В Москве пробыл я с 25 Сентября по 21 Января и не могу пожаловаться на гостеприимство ее жителей. Великий Князь, по обозрении владений своих, возвратился в конце Декабря в столицу, и хотя я отправил отца Стефана в Венецию за деньгами, в присылке коих ни мало не сомневался, однако, — горя нетерпением скорее возвратиться в отечество и чувствуя, что Московский образ жизни вредит моему здоровью, — решился, чрез посредство некоторых расположенных ко мне вельмож, еще раз похлопотать о моем отъезде. Вельможи эти не обманули моего ожидания; ибо чрез несколько дней Великий Князь пригласил меня к себе обедать и приказал объявить мне, что он не только согласен на отъезд мой, но даже намерен оказать услугу Светлейшей нашей Республике, заплатив за меня Русским и Татарам весь мой долг.

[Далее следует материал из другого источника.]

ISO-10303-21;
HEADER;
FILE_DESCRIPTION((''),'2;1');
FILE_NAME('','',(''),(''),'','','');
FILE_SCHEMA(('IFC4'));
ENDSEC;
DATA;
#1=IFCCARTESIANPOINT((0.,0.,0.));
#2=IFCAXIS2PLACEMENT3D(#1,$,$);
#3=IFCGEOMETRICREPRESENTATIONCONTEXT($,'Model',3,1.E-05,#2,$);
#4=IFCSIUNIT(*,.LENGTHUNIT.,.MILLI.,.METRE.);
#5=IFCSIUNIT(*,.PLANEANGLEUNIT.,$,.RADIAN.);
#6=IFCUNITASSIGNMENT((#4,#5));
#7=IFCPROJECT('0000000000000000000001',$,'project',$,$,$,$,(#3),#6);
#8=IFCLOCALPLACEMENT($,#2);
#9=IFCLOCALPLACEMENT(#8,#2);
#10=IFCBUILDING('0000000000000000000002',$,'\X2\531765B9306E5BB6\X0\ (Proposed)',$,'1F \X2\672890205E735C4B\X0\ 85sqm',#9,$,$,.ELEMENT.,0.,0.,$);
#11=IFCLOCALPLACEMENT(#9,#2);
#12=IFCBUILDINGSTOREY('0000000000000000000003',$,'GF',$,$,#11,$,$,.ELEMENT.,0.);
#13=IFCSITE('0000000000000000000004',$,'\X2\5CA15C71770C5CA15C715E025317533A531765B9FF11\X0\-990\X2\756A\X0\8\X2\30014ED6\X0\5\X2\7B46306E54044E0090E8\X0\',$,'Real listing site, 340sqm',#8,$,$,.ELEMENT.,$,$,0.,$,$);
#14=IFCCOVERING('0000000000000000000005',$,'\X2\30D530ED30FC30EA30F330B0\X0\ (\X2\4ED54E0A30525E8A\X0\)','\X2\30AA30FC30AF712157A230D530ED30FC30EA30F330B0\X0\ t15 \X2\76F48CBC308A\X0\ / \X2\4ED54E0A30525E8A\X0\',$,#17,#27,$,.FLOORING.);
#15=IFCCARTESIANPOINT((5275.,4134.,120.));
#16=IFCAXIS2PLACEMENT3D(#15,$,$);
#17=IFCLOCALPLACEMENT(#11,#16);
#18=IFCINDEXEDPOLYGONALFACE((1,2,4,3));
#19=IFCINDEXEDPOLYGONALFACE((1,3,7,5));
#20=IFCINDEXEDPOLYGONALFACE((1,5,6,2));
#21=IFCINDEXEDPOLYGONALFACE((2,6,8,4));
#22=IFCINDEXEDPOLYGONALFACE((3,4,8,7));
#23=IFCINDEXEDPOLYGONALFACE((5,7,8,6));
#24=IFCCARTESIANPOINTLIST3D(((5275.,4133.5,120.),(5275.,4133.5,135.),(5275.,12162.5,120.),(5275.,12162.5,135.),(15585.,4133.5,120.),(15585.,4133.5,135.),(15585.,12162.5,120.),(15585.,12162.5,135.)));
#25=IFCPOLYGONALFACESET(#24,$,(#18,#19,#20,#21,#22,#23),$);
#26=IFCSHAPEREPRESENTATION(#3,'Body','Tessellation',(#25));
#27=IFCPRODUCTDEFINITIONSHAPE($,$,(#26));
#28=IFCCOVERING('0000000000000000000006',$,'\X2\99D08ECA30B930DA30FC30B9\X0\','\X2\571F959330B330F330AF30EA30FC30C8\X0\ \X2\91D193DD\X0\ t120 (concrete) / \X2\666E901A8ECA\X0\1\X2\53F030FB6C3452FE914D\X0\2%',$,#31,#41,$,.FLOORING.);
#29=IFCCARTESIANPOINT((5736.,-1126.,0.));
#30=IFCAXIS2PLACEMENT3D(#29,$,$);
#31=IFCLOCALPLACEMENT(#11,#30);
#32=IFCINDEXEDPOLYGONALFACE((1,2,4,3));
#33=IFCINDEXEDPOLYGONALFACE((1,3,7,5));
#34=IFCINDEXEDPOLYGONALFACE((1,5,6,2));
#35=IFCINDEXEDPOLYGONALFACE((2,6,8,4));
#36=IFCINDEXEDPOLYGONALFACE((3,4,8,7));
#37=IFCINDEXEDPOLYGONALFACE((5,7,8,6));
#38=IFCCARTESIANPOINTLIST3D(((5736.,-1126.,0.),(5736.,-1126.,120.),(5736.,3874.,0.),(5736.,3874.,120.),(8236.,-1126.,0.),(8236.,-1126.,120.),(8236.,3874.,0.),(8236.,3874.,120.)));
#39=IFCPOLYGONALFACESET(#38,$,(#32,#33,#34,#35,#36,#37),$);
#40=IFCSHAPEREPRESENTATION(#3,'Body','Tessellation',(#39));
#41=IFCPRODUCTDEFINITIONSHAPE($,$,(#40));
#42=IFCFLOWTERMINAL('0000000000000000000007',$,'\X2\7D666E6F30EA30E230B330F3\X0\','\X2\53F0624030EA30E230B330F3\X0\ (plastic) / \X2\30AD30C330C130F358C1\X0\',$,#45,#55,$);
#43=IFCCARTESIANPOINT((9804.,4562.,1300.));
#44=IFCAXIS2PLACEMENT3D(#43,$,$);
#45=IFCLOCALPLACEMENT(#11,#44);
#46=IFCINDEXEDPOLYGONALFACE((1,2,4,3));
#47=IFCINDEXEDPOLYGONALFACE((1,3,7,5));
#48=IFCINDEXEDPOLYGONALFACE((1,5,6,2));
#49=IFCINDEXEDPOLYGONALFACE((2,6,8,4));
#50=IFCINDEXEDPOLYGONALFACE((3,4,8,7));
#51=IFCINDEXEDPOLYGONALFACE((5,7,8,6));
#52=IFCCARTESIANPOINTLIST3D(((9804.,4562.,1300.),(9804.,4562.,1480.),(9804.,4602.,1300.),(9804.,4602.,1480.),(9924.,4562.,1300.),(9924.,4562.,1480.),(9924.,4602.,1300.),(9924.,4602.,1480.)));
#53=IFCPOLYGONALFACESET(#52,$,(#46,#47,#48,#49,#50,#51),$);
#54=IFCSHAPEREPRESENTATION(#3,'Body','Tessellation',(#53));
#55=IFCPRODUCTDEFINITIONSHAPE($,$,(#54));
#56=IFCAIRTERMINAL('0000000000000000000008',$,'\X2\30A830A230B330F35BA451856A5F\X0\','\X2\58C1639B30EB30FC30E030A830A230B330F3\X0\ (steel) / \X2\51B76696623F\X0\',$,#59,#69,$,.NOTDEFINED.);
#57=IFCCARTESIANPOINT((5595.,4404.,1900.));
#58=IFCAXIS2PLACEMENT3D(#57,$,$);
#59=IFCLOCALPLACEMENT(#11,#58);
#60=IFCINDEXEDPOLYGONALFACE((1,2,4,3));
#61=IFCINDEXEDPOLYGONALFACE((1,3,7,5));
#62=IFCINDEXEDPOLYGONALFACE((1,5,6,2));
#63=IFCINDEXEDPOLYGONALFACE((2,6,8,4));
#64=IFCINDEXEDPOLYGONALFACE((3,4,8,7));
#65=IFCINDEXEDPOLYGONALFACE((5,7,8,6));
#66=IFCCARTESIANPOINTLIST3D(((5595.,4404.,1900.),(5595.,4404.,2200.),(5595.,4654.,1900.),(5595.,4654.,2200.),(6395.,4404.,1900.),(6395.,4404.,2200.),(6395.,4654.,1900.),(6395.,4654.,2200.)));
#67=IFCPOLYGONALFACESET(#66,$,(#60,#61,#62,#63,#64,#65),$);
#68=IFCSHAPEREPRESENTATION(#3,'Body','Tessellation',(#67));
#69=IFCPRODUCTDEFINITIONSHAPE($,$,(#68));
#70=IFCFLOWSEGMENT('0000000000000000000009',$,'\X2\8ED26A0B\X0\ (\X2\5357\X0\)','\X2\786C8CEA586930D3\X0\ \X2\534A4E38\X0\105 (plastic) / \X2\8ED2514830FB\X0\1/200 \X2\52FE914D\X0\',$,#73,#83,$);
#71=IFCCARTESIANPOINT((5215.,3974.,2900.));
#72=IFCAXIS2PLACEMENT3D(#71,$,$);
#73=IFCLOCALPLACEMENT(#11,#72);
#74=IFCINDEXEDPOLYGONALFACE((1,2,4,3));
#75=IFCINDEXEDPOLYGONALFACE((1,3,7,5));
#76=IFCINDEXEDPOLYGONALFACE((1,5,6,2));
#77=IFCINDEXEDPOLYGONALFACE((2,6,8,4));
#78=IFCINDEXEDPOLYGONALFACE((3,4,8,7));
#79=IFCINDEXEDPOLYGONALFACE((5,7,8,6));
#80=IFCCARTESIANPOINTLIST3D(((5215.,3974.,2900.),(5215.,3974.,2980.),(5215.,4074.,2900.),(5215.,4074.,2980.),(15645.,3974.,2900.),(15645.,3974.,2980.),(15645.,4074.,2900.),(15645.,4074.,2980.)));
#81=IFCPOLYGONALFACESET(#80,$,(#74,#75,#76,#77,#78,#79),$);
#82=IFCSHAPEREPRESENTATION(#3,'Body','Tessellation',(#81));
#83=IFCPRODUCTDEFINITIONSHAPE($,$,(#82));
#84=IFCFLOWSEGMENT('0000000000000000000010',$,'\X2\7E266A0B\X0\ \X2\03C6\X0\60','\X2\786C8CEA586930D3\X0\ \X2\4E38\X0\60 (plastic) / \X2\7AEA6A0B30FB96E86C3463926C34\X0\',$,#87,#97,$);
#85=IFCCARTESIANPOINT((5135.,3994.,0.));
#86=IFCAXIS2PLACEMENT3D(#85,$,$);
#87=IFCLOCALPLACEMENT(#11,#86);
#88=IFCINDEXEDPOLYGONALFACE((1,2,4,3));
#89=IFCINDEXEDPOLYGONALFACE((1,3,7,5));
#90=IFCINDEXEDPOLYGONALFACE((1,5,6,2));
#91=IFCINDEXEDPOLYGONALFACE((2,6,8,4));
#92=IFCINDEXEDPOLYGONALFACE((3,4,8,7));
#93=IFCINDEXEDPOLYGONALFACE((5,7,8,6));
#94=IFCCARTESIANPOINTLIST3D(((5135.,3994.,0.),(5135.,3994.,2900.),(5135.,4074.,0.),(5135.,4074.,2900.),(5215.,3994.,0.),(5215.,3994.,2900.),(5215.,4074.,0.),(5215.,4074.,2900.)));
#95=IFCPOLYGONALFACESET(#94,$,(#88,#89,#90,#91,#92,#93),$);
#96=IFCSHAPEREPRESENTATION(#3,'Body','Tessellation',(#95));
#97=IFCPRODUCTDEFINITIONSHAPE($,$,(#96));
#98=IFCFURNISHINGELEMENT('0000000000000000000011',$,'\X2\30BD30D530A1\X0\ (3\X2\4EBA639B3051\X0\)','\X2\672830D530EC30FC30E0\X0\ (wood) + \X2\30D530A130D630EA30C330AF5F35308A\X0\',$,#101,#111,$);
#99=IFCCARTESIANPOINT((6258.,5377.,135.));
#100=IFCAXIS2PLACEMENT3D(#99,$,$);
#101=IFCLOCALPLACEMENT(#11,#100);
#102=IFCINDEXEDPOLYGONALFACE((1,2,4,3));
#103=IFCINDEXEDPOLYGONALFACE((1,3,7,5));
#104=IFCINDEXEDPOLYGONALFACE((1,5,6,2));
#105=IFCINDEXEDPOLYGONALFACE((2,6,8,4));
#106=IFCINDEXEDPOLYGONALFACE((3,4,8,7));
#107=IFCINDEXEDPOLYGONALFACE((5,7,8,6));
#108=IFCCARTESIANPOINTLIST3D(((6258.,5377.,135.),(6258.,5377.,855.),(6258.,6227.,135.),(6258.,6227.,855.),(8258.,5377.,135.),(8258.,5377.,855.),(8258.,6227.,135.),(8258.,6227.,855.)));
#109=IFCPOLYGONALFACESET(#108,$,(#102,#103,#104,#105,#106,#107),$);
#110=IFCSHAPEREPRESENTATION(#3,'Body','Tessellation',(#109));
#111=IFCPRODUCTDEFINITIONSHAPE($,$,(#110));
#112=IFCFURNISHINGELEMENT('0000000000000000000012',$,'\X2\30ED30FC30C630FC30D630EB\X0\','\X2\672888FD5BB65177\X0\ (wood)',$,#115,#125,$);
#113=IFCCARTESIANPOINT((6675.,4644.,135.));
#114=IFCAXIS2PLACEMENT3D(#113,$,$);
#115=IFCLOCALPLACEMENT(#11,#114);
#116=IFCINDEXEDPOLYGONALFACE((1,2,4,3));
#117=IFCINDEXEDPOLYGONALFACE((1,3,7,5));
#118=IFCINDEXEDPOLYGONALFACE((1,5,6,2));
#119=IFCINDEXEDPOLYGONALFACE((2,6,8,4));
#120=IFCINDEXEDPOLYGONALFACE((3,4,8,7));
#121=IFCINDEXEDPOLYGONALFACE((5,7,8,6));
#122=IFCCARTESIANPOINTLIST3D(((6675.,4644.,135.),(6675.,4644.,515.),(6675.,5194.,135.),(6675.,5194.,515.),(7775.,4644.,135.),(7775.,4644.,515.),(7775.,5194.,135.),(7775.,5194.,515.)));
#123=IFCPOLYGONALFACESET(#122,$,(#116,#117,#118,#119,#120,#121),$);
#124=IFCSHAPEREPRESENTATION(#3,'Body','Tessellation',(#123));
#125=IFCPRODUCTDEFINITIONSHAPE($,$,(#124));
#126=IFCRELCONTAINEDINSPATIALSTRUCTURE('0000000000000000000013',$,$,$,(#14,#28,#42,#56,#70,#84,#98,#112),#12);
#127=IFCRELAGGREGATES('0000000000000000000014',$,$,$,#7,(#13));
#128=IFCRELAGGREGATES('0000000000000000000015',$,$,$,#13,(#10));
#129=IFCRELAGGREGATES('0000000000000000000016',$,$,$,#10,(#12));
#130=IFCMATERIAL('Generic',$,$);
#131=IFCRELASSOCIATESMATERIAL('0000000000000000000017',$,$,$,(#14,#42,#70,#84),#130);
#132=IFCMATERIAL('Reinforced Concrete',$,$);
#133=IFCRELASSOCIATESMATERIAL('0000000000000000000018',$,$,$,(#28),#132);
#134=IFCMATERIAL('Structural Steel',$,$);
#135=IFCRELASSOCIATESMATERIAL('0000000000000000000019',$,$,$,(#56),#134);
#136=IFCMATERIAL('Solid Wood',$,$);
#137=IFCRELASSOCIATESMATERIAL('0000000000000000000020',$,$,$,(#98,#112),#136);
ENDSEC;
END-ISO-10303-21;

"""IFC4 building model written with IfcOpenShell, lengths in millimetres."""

from ifc_helpers import new_model, si_unit, frame, frame_2d, origin, place, context, project, spatial, rectangle, extrude, material, element, save


model = new_model("IFC4")

# Units and contexts
model_context = context("Model", 3, precision=1e-05, world=origin())
ifc_project = project(units=[si_unit("LENGTHUNIT", "METRE", prefix="MILLI"), si_unit("PLANEANGLEUNIT", "RADIAN")], contexts=[model_context])

# Site, building, storey
site_placement = place(None, origin())
site = spatial("IfcSite", under=ifc_project, at=site_placement, Name="岡山県岡山市北区北方１-990番8、他5筆の各一部", ObjectType="Real listing site, 340sqm", CompositionType="ELEMENT", RefElevation=0.0)
building_placement = place(site_placement, origin())
building = spatial("IfcBuilding", under=site, at=building_placement, Name="北方の家 (Proposed)", ObjectType="1F 木造平屋 85sqm", CompositionType="ELEMENT", ElevationOfRefHeight=0.0, ElevationOfTerrain=0.0)
storey_placement = place(building_placement, origin())
storey = spatial("IfcBuildingStorey", under=building, at=storey_placement, Name="GF", CompositionType="ELEMENT", Elevation=0.0)

# Shared definitions
ifc_material_1 = material(Name="Solid Wood")

# Shared definitions
ifc_material_2 = material(Name="Reinforced Concrete")

# Shared definitions
ifc_material_3 = material(Name="Structural Steel")

# Coverings
ifc_material_4 = material(Name="Generic")
covering_1_placement = place(storey_placement, frame((5275.0, 4134.0, 120.0)))
element("IfcCovering", 1, at=covering_1_placement, inside=storey, material=ifc_material_4, Name="フローリング (仕上げ床)", Description="オーク無垢フローリング t15 直貼り / 仕上げ床", PredefinedType="FLOORING", context=model_context, shape_type="SweptSolid", body=[
    extrude(rectangle(XDim=10310.0, YDim=8029.0, at=frame_2d((5155.0, 4014.0))), frame((5275.0, 4134.0, 120.0)), (0.0, 0.0, 1.0), 15.0),
])
covering_2_placement = place(storey_placement, frame((5736.0, -1126.0, 0.0)))
element("IfcCovering", 2, at=covering_2_placement, inside=storey, material=ifc_material_2, Name="駐車スペース", Description="土間コンクリート 金鏝 t120 (concrete) / 普通車1台・水勾配2%", PredefinedType="FLOORING", context=model_context, shape_type="SweptSolid", body=[
    extrude(rectangle(XDim=2500.0, YDim=5000.0, at=frame_2d((1250.0, 2500.0))), frame((5736.0, -1126.0, 0.0)), (0.0, 0.0, 1.0), 120.0),
])

# Flow terminal
flow_terminal_placement = place(storey_placement, frame((9804.0, 4562.0, 1300.0)))
element("IfcFlowTerminal", 3, at=flow_terminal_placement, inside=storey, material=ifc_material_4, Name="給湯リモコン", Description="台所リモコン (plastic) / キッチン壁", context=model_context, shape_type="SweptSolid", body=[
    extrude(rectangle(XDim=120.0, YDim=40.0, at=frame_2d((60.0, 20.0))), frame((9804.0, 4562.0, 1300.0)), (0.0, 0.0, 1.0), 180.0),
])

Я отправился во дворец на зов Государя и, немедленно после стола, состоявшего из множества отличных блюд, — возвратился по Русскому обычаю в свое жилище. Чрез несколько дней был я опять приглашен Великим Князем к обеду, по окончании коего, он приказал своему казначею выдать мне ту сумму, [299] которую я обязан был заплатить Русским и Татарам за мой выкуп, и сверх того пожаловал мне соболью шубу (т. е. один мех) и тысячу белок. При сем он изъявил желание, дабы я представился Деспине, что и было мною исполнено с приличными приветствиями и поклонами. Великая Княгиня обошлась со мною весьма вежливо и ласково и убедительно просила поклониться от нее Светлейшей нашей Республике. После сего я распростился с нею и возвратился в свое жилище.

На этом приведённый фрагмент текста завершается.